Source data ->
-*-

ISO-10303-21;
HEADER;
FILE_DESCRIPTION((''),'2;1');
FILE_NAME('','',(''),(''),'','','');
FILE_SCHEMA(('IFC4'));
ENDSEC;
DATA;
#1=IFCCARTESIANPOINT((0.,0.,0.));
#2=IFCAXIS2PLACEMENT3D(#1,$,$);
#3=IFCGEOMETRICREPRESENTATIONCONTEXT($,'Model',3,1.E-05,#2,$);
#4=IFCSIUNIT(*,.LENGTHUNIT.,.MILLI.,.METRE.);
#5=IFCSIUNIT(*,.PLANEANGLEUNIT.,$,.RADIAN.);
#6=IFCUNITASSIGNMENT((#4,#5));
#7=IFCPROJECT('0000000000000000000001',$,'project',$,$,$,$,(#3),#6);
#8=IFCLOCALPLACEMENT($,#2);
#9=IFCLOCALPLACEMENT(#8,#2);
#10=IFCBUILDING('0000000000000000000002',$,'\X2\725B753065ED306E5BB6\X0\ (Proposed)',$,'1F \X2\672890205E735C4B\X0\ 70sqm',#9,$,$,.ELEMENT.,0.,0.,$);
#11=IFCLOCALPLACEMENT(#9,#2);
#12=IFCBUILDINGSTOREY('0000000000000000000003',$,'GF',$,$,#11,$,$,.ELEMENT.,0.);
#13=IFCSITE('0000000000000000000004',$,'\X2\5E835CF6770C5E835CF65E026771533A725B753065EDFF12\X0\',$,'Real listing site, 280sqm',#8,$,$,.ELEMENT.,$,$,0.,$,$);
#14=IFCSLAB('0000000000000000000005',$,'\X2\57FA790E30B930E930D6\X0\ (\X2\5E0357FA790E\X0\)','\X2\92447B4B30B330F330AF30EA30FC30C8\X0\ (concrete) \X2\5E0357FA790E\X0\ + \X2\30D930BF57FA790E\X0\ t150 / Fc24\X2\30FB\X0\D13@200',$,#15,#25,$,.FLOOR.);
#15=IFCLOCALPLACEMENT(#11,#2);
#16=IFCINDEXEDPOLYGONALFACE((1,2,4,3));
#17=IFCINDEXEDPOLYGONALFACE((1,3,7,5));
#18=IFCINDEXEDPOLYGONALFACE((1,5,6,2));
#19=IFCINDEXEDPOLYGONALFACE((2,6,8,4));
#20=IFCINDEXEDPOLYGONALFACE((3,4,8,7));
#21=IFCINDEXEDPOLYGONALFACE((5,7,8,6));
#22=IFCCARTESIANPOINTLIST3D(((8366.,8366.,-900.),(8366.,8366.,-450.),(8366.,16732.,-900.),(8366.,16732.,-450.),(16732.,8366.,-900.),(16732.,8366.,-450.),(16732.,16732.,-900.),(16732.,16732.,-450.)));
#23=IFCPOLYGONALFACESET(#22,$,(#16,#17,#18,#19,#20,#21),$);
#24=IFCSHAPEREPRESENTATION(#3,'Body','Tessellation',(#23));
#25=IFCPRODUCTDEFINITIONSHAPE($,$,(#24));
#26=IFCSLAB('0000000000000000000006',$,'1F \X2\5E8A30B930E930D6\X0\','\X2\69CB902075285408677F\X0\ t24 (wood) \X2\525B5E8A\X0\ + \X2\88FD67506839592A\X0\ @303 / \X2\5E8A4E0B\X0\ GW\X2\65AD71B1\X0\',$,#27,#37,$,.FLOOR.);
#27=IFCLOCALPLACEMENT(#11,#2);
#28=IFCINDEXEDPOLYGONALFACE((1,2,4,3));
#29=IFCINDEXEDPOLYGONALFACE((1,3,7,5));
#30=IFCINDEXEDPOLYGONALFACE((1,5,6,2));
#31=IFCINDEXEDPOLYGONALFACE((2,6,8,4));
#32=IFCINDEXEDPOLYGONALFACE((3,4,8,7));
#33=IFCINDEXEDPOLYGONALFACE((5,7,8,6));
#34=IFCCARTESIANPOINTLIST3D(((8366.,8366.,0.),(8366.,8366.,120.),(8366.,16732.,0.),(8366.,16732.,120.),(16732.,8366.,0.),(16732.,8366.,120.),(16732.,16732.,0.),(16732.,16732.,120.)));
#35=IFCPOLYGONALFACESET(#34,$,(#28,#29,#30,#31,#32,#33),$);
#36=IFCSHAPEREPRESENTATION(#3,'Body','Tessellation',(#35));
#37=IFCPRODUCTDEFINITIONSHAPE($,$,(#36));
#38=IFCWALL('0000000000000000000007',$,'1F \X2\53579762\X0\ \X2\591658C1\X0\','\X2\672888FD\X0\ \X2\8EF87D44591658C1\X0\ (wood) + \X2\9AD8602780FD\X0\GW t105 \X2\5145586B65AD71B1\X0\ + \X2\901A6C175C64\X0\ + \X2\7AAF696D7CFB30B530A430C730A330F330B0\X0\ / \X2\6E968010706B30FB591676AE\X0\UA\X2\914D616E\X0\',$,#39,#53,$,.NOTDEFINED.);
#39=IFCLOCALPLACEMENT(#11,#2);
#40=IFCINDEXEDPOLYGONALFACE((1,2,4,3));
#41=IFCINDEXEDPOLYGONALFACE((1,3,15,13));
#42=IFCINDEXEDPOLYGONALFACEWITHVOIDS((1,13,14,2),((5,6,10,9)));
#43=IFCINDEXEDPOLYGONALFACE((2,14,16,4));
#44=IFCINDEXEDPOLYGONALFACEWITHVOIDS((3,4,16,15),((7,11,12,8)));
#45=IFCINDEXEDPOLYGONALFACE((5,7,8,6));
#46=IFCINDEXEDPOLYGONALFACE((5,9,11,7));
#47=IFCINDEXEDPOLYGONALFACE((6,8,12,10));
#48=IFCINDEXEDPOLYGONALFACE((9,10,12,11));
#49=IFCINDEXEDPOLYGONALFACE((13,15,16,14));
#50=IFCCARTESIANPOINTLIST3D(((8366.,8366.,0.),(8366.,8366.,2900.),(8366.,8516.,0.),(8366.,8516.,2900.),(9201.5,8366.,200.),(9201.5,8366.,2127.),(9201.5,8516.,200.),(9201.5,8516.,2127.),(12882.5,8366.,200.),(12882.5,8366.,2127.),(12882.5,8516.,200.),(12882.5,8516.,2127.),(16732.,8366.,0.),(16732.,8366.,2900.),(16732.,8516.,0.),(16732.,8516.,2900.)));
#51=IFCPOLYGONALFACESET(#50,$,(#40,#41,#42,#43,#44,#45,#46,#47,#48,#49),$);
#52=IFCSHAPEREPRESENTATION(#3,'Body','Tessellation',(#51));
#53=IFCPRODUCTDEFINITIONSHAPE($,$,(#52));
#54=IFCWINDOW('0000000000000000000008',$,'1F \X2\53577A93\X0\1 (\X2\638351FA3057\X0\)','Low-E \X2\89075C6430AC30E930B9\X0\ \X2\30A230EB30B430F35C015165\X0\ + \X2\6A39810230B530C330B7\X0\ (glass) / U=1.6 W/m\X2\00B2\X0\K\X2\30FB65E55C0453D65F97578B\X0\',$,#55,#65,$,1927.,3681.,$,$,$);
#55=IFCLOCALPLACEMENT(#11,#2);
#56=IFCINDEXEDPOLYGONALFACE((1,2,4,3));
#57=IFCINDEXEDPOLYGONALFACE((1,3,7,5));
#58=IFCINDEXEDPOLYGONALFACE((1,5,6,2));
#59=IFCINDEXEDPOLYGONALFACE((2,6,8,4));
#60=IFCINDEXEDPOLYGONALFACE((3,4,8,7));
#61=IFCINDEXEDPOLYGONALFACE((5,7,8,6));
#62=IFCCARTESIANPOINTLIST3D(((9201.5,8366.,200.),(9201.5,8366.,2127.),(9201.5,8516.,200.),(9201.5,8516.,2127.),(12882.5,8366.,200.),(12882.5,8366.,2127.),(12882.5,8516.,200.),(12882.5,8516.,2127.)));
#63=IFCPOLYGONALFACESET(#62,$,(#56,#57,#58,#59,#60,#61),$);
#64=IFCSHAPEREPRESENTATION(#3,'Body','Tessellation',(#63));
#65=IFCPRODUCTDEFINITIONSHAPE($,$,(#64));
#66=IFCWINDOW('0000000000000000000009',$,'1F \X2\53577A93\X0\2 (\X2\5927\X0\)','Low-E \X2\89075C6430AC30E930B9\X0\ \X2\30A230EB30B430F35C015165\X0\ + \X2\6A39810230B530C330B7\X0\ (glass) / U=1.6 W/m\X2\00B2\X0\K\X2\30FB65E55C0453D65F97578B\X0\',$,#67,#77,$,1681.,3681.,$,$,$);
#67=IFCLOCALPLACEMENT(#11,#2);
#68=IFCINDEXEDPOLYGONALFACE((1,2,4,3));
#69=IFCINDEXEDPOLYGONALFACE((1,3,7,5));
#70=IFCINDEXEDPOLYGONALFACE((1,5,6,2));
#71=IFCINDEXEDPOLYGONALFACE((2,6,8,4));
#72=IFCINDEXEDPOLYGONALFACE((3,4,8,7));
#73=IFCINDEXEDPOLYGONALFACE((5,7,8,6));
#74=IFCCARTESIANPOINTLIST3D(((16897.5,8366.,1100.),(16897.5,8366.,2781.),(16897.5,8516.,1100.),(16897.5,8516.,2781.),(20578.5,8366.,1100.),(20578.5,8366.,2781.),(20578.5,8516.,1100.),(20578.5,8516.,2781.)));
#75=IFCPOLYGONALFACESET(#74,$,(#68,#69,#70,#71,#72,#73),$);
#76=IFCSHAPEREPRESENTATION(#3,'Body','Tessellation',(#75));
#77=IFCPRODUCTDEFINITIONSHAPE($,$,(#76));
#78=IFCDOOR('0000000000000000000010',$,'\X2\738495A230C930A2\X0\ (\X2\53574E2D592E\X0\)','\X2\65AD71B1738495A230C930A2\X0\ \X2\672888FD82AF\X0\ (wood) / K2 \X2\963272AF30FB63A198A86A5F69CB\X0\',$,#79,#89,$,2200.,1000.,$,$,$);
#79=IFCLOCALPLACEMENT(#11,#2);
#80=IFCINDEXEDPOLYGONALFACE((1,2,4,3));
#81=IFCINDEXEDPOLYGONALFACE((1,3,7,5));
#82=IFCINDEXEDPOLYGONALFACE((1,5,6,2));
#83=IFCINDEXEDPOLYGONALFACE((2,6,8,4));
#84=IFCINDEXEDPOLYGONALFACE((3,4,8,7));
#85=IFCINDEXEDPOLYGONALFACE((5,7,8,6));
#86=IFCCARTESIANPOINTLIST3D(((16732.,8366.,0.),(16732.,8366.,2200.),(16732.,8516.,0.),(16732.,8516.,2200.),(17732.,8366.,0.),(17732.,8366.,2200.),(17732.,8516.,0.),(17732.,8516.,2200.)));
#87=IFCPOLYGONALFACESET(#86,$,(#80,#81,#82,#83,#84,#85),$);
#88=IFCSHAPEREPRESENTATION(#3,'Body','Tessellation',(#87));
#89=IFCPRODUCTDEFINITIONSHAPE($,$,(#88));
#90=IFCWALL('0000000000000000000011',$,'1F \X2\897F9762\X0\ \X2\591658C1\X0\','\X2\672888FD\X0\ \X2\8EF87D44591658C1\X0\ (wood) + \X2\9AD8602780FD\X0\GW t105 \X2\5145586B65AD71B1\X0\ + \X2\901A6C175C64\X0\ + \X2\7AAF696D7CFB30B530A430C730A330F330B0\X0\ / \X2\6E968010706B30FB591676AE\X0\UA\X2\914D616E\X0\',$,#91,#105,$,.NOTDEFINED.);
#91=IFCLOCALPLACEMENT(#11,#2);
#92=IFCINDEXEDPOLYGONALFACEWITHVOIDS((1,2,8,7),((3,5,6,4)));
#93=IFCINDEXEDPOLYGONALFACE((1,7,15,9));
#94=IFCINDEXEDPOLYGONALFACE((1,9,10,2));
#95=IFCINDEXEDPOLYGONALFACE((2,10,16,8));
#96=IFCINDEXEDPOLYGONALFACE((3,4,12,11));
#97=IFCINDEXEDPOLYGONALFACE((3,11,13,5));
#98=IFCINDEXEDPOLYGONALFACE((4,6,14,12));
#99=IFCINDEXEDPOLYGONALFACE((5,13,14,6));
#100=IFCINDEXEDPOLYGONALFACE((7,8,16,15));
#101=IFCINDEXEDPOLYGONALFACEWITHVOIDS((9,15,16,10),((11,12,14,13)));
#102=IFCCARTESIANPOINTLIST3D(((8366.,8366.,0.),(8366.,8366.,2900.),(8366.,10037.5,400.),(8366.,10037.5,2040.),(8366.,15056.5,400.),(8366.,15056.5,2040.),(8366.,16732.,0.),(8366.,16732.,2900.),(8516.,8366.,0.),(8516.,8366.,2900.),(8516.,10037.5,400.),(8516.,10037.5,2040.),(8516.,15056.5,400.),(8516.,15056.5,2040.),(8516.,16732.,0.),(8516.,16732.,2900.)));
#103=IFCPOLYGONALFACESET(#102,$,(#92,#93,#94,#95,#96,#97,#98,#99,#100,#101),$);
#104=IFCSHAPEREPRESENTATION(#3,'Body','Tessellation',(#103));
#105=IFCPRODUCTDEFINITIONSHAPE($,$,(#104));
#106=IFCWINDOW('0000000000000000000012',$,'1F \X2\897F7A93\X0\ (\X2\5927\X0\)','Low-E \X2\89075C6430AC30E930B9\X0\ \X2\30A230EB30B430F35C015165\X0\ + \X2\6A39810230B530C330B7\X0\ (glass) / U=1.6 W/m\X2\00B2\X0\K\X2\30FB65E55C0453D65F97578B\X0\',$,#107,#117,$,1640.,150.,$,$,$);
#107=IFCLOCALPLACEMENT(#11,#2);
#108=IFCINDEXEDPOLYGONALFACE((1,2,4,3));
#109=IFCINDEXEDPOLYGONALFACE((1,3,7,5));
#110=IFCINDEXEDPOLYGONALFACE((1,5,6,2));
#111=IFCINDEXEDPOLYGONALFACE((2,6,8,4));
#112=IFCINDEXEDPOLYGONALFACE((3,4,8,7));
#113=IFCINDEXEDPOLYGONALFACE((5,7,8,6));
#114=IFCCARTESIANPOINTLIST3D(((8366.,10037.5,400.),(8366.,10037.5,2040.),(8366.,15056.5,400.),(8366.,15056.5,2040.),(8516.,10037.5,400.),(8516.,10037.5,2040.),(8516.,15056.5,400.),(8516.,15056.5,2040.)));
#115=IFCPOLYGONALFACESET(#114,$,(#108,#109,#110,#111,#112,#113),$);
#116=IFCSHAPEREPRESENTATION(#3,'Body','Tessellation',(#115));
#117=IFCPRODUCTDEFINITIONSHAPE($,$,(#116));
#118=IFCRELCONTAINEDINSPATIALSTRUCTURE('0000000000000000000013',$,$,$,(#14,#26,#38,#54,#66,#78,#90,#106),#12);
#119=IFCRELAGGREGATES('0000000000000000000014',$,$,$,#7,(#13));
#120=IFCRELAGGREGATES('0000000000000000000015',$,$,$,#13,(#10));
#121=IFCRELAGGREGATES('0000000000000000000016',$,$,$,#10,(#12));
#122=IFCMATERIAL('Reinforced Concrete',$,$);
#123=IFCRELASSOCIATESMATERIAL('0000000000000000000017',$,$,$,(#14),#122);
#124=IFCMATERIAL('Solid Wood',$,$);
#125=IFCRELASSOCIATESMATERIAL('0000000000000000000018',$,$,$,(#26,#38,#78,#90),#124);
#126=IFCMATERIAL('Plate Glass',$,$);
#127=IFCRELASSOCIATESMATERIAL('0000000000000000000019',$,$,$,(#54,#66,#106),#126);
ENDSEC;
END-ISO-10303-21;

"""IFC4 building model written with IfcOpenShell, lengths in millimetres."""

from ifc_helpers import new_model, si_unit, frame, frame_2d, origin, place, context, project, spatial, rectangle, extrude, material, element, fill, save


model = new_model("IFC4")

# Units and contexts
model_context = context("Model", 3, precision=1e-05, world=origin())
ifc_project = project(units=[si_unit("LENGTHUNIT", "METRE", prefix="MILLI"), si_unit("PLANEANGLEUNIT", "RADIAN")], contexts=[model_context])

# Site, building, storey
site_placement = place(None, origin())
site = spatial("IfcSite", under=ifc_project, at=site_placement, Name="広島県広島市東区牛田旭２", ObjectType="Real listing site, 280sqm", CompositionType="ELEMENT", RefElevation=0.0)
building_placement = place(site_placement, origin())
building = spatial("IfcBuilding", under=site, at=building_placement, Name="牛田旭の家 (Proposed)", ObjectType="1F 木造平屋 70sqm", CompositionType="ELEMENT", ElevationOfRefHeight=0.0, ElevationOfTerrain=0.0)
storey_placement = place(building_placement, origin())
storey = spatial("IfcBuildingStorey", under=building, at=storey_placement, Name="GF", CompositionType="ELEMENT", Elevation=0.0)

# Slabs
ifc_material_1 = material(Name="Reinforced Concrete")
slab_1_placement = place(storey_placement, frame((4183.0, 4183.0, -450.0)))
element("IfcSlab", 1, at=slab_1_placement, inside=storey, material=ifc_material_1, Name="基礎スラブ (布基礎)", Description="鉄筋コンクリート (concrete) 布基礎 + ベタ基礎 t150 / Fc24・D13@200", PredefinedType="FLOOR", context=model_context, shape_type="SweptSolid", body=[
    extrude(rectangle(XDim=8366.0, YDim=8366.0, at=frame_2d((4183.0, 4183.0))), frame((4183.0, 4183.0, -450.0)), (0.0, 0.0, 1.0), 450.0),
])
ifc_material_2 = material(Name="Solid Wood")
slab_2_placement = place(storey_placement, frame((4183.0, 4183.0, 0.0)))
element("IfcSlab", 2, at=slab_2_placement, inside=storey, material=ifc_material_2, Name="1F 床スラブ", Description="構造用合板 t24 (wood) 剛床 + 製材根太 @303 / 床下 GW断熱", PredefinedType="FLOOR", context=model_context, shape_type="SweptSolid", body=[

-*-

Description of the task -> Copy out the lines above exactly, beginning at the one that contains "#100=IFCINDEXEDPOLYGONALFACE((7,8,16,15));" and ending at the one that contains "#105=IFCPRODUCTDEFINITIONSHAPE($,$,(#104));".

Expected answer ->
#100=IFCINDEXEDPOLYGONALFACE((7,8,16,15));
#101=IFCINDEXEDPOLYGONALFACEWITHVOIDS((9,15,16,10),((11,12,14,13)));
#102=IFCCARTESIANPOINTLIST3D(((8366.,8366.,0.),(8366.,8366.,2900.),(8366.,10037.5,400.),(8366.,10037.5,2040.),(8366.,15056.5,400.),(8366.,15056.5,2040.),(8366.,16732.,0.),(8366.,16732.,2900.),(8516.,8366.,0.),(8516.,8366.,2900.),(8516.,10037.5,400.),(8516.,10037.5,2040.),(8516.,15056.5,400.),(8516.,15056.5,2040.),(8516.,16732.,0.),(8516.,16732.,2900.)));
#103=IFCPOLYGONALFACESET(#102,$,(#92,#93,#94,#95,#96,#97,#98,#99,#100,#101),$);
#104=IFCSHAPEREPRESENTATION(#3,'Body','Tessellation',(#103));
#105=IFCPRODUCTDEFINITIONSHAPE($,$,(#104));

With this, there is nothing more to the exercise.